- _GIVEN DATA_
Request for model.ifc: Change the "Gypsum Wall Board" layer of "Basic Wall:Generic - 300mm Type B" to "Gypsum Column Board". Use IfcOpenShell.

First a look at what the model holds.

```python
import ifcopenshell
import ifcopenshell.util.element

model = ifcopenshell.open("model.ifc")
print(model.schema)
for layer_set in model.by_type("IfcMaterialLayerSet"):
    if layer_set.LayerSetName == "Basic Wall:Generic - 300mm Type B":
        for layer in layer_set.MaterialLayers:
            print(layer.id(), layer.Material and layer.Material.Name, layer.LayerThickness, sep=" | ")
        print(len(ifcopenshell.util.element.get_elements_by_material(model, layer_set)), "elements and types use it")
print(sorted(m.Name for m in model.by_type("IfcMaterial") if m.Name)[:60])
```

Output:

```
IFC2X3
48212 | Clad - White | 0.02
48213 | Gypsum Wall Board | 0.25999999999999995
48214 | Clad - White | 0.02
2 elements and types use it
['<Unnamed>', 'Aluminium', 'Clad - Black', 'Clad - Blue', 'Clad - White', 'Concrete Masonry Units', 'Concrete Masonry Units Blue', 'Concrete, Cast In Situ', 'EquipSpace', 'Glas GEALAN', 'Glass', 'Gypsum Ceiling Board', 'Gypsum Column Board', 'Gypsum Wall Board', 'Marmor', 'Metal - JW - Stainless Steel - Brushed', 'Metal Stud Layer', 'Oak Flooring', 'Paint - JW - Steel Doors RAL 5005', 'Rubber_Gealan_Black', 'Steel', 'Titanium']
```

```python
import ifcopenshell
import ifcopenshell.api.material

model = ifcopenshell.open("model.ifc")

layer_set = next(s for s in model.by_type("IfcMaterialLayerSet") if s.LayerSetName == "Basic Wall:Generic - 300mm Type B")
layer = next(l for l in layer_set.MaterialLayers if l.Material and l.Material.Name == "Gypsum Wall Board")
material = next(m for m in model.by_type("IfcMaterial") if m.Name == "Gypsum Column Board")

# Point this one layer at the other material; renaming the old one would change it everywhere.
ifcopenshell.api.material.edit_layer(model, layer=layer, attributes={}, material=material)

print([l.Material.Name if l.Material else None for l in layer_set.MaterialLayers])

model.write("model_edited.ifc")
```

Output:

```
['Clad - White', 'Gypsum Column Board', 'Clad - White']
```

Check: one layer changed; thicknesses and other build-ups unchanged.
* * *
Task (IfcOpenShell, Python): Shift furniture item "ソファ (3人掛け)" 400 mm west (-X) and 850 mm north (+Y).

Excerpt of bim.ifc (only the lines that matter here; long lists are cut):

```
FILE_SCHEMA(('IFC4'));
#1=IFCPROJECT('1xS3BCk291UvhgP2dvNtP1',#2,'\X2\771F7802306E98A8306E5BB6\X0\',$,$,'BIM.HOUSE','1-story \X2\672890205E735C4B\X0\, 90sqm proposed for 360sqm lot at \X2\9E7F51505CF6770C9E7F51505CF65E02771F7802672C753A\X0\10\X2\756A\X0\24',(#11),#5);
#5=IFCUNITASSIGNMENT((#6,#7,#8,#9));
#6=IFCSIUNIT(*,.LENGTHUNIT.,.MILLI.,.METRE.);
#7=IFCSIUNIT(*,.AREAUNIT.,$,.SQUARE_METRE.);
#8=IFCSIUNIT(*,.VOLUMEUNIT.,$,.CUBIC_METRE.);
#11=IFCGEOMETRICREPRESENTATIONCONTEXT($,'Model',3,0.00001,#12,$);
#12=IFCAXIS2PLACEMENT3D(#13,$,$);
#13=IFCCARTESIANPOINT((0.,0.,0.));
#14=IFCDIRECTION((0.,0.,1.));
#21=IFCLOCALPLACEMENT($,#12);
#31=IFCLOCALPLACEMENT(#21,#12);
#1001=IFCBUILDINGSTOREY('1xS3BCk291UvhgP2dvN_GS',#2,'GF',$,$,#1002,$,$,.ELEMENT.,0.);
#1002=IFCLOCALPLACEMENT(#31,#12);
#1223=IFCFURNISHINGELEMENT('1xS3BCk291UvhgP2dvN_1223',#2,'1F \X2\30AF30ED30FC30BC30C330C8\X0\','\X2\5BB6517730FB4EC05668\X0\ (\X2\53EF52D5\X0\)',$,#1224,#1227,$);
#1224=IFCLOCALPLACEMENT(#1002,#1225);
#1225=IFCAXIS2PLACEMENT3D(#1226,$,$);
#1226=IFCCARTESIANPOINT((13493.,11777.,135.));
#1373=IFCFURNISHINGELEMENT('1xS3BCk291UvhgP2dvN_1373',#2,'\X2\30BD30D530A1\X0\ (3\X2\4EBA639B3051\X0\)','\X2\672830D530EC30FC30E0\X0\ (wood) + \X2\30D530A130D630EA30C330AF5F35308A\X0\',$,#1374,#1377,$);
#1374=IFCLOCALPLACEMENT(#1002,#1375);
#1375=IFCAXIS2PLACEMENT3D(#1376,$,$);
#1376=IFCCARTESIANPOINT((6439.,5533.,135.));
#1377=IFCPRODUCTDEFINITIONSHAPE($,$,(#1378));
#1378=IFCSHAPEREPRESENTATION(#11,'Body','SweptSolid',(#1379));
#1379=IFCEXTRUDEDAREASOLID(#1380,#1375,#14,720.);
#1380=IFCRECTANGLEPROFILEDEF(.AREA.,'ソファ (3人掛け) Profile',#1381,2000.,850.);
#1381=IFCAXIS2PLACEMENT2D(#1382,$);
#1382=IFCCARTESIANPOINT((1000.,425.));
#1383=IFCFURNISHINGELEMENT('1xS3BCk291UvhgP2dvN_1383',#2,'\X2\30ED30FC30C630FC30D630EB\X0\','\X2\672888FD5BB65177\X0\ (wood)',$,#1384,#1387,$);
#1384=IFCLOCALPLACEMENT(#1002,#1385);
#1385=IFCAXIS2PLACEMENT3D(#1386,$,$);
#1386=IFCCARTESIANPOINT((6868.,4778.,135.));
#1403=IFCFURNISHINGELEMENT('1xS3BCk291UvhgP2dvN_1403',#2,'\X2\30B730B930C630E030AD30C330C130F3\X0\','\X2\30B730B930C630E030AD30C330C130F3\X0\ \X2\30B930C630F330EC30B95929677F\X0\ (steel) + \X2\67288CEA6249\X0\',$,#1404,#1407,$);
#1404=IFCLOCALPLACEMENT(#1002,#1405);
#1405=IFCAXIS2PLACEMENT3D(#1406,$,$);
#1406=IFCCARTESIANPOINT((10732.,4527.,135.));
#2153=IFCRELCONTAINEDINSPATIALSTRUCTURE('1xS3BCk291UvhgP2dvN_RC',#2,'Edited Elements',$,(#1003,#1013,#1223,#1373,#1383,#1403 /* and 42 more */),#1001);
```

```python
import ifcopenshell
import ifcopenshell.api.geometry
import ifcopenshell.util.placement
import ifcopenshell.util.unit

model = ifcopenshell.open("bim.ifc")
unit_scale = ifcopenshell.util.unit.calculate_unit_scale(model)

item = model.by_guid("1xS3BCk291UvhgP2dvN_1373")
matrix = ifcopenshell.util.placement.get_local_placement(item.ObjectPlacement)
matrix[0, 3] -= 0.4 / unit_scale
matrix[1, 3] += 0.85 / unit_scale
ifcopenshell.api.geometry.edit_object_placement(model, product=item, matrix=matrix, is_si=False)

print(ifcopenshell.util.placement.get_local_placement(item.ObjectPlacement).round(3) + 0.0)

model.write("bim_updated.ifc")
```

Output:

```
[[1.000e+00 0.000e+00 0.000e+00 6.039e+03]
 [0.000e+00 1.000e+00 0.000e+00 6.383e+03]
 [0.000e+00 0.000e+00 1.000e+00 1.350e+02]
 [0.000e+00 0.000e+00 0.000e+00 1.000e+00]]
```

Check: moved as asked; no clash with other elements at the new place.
...
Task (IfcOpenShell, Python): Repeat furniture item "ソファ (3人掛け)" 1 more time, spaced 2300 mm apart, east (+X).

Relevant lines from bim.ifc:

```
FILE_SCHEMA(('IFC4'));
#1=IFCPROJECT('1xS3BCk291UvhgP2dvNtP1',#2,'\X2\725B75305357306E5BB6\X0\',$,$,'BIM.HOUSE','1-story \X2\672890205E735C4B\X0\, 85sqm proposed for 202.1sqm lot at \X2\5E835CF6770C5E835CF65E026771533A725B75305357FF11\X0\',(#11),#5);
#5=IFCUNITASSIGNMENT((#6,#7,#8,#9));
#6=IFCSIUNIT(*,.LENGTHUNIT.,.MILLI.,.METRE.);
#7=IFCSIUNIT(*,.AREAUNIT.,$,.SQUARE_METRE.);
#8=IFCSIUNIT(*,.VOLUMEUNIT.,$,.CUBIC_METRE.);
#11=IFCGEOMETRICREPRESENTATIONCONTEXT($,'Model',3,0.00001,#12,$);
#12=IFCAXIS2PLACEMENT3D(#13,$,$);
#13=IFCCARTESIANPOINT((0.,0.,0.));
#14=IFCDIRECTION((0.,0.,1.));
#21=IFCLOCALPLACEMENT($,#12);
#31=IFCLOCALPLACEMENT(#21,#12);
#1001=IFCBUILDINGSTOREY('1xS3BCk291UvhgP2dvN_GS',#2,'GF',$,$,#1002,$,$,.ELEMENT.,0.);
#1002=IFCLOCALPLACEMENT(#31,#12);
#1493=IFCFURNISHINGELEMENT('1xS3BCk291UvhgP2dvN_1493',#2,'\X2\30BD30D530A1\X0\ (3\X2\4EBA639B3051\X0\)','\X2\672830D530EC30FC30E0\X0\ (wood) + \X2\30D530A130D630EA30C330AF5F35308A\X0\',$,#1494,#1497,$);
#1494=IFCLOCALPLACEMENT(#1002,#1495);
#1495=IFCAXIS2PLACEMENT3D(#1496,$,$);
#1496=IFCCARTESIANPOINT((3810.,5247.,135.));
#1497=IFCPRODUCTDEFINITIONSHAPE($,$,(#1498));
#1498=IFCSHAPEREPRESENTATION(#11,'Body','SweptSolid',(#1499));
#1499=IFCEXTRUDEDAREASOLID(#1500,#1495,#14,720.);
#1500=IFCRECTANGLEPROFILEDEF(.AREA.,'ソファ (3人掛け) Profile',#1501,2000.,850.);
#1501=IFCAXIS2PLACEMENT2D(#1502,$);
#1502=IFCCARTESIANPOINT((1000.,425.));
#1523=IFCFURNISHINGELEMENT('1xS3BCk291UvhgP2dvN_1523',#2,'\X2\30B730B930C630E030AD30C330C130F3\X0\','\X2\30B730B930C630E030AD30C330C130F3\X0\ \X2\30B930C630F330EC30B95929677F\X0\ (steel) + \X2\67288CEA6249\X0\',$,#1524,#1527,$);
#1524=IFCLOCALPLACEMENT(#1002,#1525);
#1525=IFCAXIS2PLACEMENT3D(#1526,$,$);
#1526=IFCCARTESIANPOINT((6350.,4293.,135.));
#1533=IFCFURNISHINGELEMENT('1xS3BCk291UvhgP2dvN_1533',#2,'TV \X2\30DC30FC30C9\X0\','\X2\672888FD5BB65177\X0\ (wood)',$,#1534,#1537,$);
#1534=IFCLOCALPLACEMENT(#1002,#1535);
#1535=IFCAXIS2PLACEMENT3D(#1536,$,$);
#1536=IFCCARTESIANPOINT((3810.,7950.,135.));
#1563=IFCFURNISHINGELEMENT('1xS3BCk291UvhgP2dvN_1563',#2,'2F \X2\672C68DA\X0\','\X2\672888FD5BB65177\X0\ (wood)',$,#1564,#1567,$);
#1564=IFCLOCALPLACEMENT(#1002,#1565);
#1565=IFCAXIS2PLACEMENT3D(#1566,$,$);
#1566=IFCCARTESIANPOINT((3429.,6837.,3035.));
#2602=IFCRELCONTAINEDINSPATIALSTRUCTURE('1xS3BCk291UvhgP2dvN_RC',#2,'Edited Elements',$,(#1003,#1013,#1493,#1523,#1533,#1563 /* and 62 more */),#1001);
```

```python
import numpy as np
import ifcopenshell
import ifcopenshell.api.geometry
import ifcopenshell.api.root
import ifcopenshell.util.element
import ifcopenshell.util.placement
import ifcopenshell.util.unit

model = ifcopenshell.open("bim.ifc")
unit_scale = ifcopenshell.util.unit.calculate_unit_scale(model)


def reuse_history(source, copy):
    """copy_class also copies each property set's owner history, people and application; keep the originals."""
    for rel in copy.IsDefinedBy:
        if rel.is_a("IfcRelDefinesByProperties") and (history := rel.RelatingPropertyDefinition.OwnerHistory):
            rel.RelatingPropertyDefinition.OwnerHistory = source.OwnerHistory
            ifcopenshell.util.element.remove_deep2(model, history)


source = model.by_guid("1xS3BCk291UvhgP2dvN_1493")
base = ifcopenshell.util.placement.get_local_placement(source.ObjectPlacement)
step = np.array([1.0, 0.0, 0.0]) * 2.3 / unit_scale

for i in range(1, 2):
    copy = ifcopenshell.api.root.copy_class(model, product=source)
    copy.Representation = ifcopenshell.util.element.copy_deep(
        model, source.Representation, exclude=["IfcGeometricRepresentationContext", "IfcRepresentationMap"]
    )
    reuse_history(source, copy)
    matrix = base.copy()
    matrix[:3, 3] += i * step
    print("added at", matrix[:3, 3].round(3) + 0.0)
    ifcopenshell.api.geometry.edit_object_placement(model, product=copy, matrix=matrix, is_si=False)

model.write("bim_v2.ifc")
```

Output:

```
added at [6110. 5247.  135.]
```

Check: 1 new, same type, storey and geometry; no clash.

- _EXERCISE DESCRIPTION_
Looking back over the data above, restate word for word the lines that begin at the line with "Request for model.ifc: Change" and end at the line with "Check: one layer", inclusive.

- _ANSWER SECTION_
Request for model.ifc: Change the "Gypsum Wall Board" layer of "Basic Wall:Generic - 300mm Type B" to "Gypsum Column Board". Use IfcOpenShell.

First a look at what the model holds.

```python
import ifcopenshell
import ifcopenshell.util.element

model = ifcopenshell.open("model.ifc")
print(model.schema)
for layer_set in model.by_type("IfcMaterialLayerSet"):
    if layer_set.LayerSetName == "Basic Wall:Generic - 300mm Type B":
        for layer in layer_set.MaterialLayers:
            print(layer.id(), layer.Material and layer.Material.Name, layer.LayerThickness, sep=" | ")
        print(len(ifcopenshell.util.element.get_elements_by_material(model, layer_set)), "elements and types use it")
print(sorted(m.Name for m in model.by_type("IfcMaterial") if m.Name)[:60])
```

Output:

```
IFC2X3
48212 | Clad - White | 0.02
48213 | Gypsum Wall Board | 0.25999999999999995
48214 | Clad - White | 0.02
2 elements and types use it
['<Unnamed>', 'Aluminium', 'Clad - Black', 'Clad - Blue', 'Clad - White', 'Concrete Masonry Units', 'Concrete Masonry Units Blue', 'Concrete, Cast In Situ', 'EquipSpace', 'Glas GEALAN', 'Glass', 'Gypsum Ceiling Board', 'Gypsum Column Board', 'Gypsum Wall Board', 'Marmor', 'Metal - JW - Stainless Steel - Brushed', 'Metal Stud Layer', 'Oak Flooring', 'Paint - JW - Steel Doors RAL 5005', 'Rubber_Gealan_Black', 'Steel', 'Titanium']
```

```python
import ifcopenshell
import ifcopenshell.api.material

model = ifcopenshell.open("model.ifc")

layer_set = next(s for s in model.by_type("IfcMaterialLayerSet") if s.LayerSetName == "Basic Wall:Generic - 300mm Type B")
layer = next(l for l in layer_set.MaterialLayers if l.Material and l.Material.Name == "Gypsum Wall Board")
material = next(m for m in model.by_type("IfcMaterial") if m.Name == "Gypsum Column Board")

# Point this one layer at the other material; renaming the old one would change it everywhere.
ifcopenshell.api.material.edit_layer(model, layer=layer, attributes={}, material=material)

print([l.Material.Name if l.Material else None for l in layer_set.MaterialLayers])

model.write("model_edited.ifc")
```

Output:

```
['Clad - White', 'Gypsum Column Board', 'Clad - White']
```

Check: one layer changed; thicknesses and other build-ups unchanged.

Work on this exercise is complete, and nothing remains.